The input -
┏━━

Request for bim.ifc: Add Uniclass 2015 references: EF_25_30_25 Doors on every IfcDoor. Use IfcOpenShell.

First a look at what the model holds.

```python
import ifcopenshell

model = ifcopenshell.open("bim.ifc")
print(model.schema)
print("classifications:", [c.Name for c in model.by_type("IfcClassification")])
for ifc_class in ("IfcDoor", "IfcRoof", "IfcStair", "IfcWall", "IfcWindow"):
    print(ifc_class, len(model.by_type(ifc_class)))
```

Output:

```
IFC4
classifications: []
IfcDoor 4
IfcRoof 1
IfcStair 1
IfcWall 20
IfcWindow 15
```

```python
import ifcopenshell
import ifcopenshell.api.classification

model = ifcopenshell.open("bim.ifc")

system = ifcopenshell.api.classification.add_classification(model, classification="Uniclass 2015")

codes = {
    "IfcDoor": ("EF_25_30_25", "Doors"),
}
for ifc_class, (code, name) in codes.items():
    products = model.by_type(ifc_class)
    ifcopenshell.api.classification.add_reference(
        model, products=products, classification=system, identification=code, name=name
    )
    print(code, len(products))

model.write("bim_edited.ifc")
```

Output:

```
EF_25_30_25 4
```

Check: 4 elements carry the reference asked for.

┗━━

Exercise details -
Reproduce the entries above in full, verbatim.

Answer to this exercise -
Request for bim.ifc: Add Uniclass 2015 references: EF_25_30_25 Doors on every IfcDoor. Use IfcOpenShell.

First a look at what the model holds.

```python
import ifcopenshell

model = ifcopenshell.open("bim.ifc")
print(model.schema)
print("classifications:", [c.Name for c in model.by_type("IfcClassification")])
for ifc_class in ("IfcDoor", "IfcRoof", "IfcStair", "IfcWall", "IfcWindow"):
    print(ifc_class, len(model.by_type(ifc_class)))
```

Output:

```
IFC4
classifications: []
IfcDoor 4
IfcRoof 1
IfcStair 1
IfcWall 20
IfcWindow 15
```

```python
import ifcopenshell
import ifcopenshell.api.classification

model = ifcopenshell.open("bim.ifc")

system = ifcopenshell.api.classification.add_classification(model, classification="Uniclass 2015")

codes = {
    "IfcDoor": ("EF_25_30_25", "Doors"),
}
for ifc_class, (code, name) in codes.items():
    products = model.by_type(ifc_class)
    ifcopenshell.api.classification.add_reference(
        model, products=products, classification=system, identification=code, name=name
    )
    print(code, len(products))

model.write("bim_edited.ifc")
```

Output:

```
EF_25_30_25 4
```

Check: 4 elements carry the reference asked for.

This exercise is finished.